L’essence même du projet est né de la découverte de l’œuvre de Pascal Convert intitulée Panoramique de la Falaise de Bâmiyân réalisée en 2016 et présentement exposée dans la Galerie du Temps au Louvre-Lens. Œuvre découverte suite à l’appel à projet des Week-end Étudiants du Louvre-Lens, cet appel, en lien avec l’exposition les Louvre de Picasso nous proposait de prendre modèle de la figure de Picasso qui lui-même prenait modèle et inspiration sur les grand artistes classique pour créer en déambulant dans les collections du Louvre. En ce sens, c’est en déambulant au sein du Louvre-Lens que j’ai pris inspiration du grand artiste contemporain qu’est Pascal Convert. L’œuvre photographique de Pascal Convert donne à voir quelque chose qui n’est plus, il s’agit d’une trace, une empreinte qui n’est pas celle d’un « ça-a-été » car l’œuvre n’est pas issue d’une prise de vue unique mais bien d’une compilation d’images superposées de manière à créer l’image la plus précise du lieu. Il s’agit de l’empreinte directe et précise de la falaise sur ce « papier » photosensible. La photographie est un objet de trace archiviste, mais ici, elle porte une dimension de trace plus forte car l’image nous laisse voir les « empreinte » des bouddhas laissés dans la roche, les négatif ou fantômes photographique des bouddhas. Les Bouddhas de Bâmiyan relèvent d’une histoire commune qui nous dépasse, d’un patrimoine historique, humanitaire disparu. Nourri par l’œuvre de Pascal Convert et mes propres recherche sur l’image, je propose ici un texte, ou du moins le premier vers d’une poésie ontologiquement surréaliste. De fait, on a souvent considéré le numérique comme étant dématériel, or comme explicité plutôt, le numérique est matériel, il ne s’agit dans le cas de l’image que d’une transposition du grain au pixel. Mais le pixel avant d’être lu par une interface le rendant visible, il n’est autre que des bits, des données en code binaire. Ainsi, j’ai transposé le rapport à la perte des Bouddhas à la « perte de données » que l’on attribue communément à l’image numérique, ainsi, j’ai multiplié les « traductions »/conversions de système de codage pour perdre toute lisibilité. De ce fait, au cours de recherches, j’ai pu me procurer la toute dernière image des Bouddhas de Bâmiyân issue d’une vidéo réalisée par les talibans où cette destruction y est montré à des fin de propagande, ainsi je n’ai eu qu’a extirper l’image finale où les Bouddhas sont encore debout (image ci-dessous).

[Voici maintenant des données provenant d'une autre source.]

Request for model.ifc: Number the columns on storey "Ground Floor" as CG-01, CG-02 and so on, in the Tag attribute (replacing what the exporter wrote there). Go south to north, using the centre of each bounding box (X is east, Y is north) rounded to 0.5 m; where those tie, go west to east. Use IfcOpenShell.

First a look at what the model holds.

```python
import ifcopenshell
import ifcopenshell.util.element
import ifcopenshell.util.placement

model = ifcopenshell.open("model.ifc")
print(model.schema)
storey = next(s for s in model.by_type("IfcBuildingStorey") if s.Name == "Ground Floor")
columns = [e for e in ifcopenshell.util.element.get_decomposition(storey) if e.is_a("IfcColumn")]
for e in sorted(columns, key=lambda e: e.id()):
    origin = ifcopenshell.util.placement.get_local_placement(e.ObjectPlacement)[:3, 3]
    print(e.id(), e.Tag, e.Name, origin.round(2) + 0.0, sep=" | ")
```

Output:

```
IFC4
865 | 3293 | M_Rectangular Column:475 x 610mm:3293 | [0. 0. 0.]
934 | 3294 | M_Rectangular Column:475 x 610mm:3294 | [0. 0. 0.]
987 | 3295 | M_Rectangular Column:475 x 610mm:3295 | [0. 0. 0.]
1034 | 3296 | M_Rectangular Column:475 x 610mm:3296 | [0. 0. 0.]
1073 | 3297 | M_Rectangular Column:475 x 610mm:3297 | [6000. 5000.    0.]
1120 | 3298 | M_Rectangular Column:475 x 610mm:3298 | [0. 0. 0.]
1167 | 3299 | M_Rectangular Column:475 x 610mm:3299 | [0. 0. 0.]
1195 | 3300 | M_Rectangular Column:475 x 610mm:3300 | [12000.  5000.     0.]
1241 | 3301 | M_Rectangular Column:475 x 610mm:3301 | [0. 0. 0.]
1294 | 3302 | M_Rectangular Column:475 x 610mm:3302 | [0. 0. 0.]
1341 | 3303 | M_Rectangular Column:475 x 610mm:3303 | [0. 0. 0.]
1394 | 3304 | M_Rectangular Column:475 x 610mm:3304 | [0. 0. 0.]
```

```python
import ifcopenshell
import ifcopenshell.geom
import ifcopenshell.util.element
import ifcopenshell.util.shape

model = ifcopenshell.open("model.ifc")
settings = ifcopenshell.geom.settings()
settings.set("use-world-coords", True)


def centre(element):
    shape = ifcopenshell.geom.create_shape(settings, element)
    return ifcopenshell.util.shape.get_bbox_centroid(shape.geometry)


storey = next(s for s in model.by_type("IfcBuildingStorey") if s.Name == "Ground Floor")
columns = [e for e in ifcopenshell.util.element.get_decomposition(storey) if e.is_a("IfcColumn")]

# Insertion points can sit at a corner or the storey origin, so sort by the geometry (in metres).
centres = {e: centre(e) for e in columns}
columns.sort(key=lambda e: (round(centres[e][1] / 0.5), centres[e][0]))

for i, e in enumerate(columns, start=1):
    number = f"CG-{i:02d}"
    e.Tag = number
    print(e.id(), number)

model.write("model-out.ifc")
```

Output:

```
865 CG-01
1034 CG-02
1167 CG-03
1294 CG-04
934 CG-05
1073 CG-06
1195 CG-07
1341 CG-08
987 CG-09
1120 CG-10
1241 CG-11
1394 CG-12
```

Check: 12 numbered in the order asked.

image issue de la vidéo réalisée par les talibans à des fins de propagande

De cette image, j’y ai extirpé tout le code hexadécimal de l’image (système de conversion du binaire) qui par la suite a été converti en code binaire.

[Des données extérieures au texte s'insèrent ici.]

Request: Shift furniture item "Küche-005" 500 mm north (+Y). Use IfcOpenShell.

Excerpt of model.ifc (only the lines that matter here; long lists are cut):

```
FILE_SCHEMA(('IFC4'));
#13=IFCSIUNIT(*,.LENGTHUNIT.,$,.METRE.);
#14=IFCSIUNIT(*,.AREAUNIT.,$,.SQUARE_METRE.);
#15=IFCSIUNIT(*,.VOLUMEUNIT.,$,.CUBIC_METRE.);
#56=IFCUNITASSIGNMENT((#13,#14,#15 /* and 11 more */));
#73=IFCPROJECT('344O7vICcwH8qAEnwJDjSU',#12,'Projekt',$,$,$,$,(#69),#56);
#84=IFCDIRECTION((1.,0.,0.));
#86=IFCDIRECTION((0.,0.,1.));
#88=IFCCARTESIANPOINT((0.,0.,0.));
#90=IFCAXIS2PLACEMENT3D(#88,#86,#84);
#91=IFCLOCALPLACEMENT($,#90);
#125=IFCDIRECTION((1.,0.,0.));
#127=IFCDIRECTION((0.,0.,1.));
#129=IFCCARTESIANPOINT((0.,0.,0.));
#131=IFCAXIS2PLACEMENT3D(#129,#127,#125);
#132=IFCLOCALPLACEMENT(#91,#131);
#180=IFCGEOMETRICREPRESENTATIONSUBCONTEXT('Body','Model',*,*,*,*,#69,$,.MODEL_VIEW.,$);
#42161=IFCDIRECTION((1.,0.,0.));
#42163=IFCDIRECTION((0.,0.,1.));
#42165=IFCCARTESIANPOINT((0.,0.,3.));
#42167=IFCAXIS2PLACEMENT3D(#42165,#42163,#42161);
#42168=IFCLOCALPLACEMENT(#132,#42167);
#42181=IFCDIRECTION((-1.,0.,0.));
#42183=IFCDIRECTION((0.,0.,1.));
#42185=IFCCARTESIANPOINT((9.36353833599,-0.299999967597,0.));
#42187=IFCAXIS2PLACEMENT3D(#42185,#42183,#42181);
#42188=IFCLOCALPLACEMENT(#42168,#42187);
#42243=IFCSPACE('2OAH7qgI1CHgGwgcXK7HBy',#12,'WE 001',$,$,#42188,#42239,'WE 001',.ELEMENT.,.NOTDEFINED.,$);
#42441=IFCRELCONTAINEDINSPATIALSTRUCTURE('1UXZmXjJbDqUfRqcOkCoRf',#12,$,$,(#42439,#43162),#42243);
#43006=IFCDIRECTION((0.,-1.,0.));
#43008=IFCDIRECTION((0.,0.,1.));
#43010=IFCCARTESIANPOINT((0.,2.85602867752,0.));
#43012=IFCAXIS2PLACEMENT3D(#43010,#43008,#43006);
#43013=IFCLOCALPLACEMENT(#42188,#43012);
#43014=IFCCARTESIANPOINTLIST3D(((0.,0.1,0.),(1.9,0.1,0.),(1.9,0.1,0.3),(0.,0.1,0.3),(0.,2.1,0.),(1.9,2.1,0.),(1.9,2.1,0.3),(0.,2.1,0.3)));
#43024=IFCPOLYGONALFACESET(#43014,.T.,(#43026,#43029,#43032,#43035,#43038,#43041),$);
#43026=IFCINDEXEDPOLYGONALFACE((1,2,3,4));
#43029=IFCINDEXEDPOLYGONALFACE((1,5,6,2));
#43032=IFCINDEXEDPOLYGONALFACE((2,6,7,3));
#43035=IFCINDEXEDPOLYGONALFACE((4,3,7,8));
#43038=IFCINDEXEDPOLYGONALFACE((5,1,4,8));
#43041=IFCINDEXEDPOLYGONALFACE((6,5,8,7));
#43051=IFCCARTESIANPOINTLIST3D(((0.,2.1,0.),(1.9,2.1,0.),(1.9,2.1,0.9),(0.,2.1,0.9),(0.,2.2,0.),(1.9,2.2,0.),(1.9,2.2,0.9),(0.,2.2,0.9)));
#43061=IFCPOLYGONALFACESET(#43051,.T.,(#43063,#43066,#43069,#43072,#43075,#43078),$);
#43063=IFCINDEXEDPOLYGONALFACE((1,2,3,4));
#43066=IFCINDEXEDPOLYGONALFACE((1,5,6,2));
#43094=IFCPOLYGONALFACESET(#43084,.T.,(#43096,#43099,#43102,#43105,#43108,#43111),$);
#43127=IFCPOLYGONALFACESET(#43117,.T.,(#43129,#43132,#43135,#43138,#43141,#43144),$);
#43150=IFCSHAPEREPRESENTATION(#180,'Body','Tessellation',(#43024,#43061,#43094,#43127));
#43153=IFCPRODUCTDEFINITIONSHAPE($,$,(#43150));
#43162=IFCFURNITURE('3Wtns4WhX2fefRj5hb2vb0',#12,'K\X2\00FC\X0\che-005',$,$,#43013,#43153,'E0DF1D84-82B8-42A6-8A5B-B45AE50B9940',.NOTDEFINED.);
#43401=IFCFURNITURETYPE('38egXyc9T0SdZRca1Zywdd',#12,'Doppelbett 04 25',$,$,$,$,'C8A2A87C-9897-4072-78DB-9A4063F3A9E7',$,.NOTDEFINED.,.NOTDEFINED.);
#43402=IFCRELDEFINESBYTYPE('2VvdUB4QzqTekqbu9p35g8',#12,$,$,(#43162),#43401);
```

```python
import ifcopenshell
import ifcopenshell.api.geometry
import ifcopenshell.util.placement
import ifcopenshell.util.unit

model = ifcopenshell.open("model.ifc")
unit_scale = ifcopenshell.util.unit.calculate_unit_scale(model)

item = model.by_id(43162)
matrix = ifcopenshell.util.placement.get_local_placement(item.ObjectPlacement)
matrix[1, 3] += 0.5 / unit_scale
ifcopenshell.api.geometry.edit_object_placement(model, product=item, matrix=matrix, is_si=False)

print(ifcopenshell.util.placement.get_local_placement(item.ObjectPlacement).round(3) + 0.0)

model.write("model_updated.ifc")
```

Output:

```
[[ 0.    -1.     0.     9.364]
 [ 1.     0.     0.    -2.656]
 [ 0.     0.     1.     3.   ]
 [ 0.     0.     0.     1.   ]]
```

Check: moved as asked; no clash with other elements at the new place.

code héxadécimal de l’illustration ci-dessus

Enfin, j’ai traduit le binaire en morse de manière à donner ce premier vers « poétique »: 0O TÐI O0 O5 5S EÉI « N &G AÉT &G. Ce vers ne renvoi à rien d’autre qu’au fait qu’il est référent direct de l’image, il s’agit d’une poétique de l’image au sens stricte du terme, dans chaque images se cache un poème. Ce texte poétique est par essence tautologique. Il ne veut rien dire, mais renvoi à lui-même mais semblerait presque relever d’une langue ancienne disparu telle que les Bouddhas de Bâmiyân. La perte de lisibilité/ l’effacement initié dans le projet est double, elle existe de par le texte en lui-même mais aussi de la manière dont celui-ci est représenté. En effet, le vers est à peine lisible, la technique de gaufrage sur papier donne une touche très fine à parfois à peine perceptible selon les jeux de lumières. La facture efface le texte et par conséquent l’image, et ce de par un « effacement par recouvrement » en une sorte de saturation du papier gaufré du code binaire de l’image auquel se surimprime le vers poétique.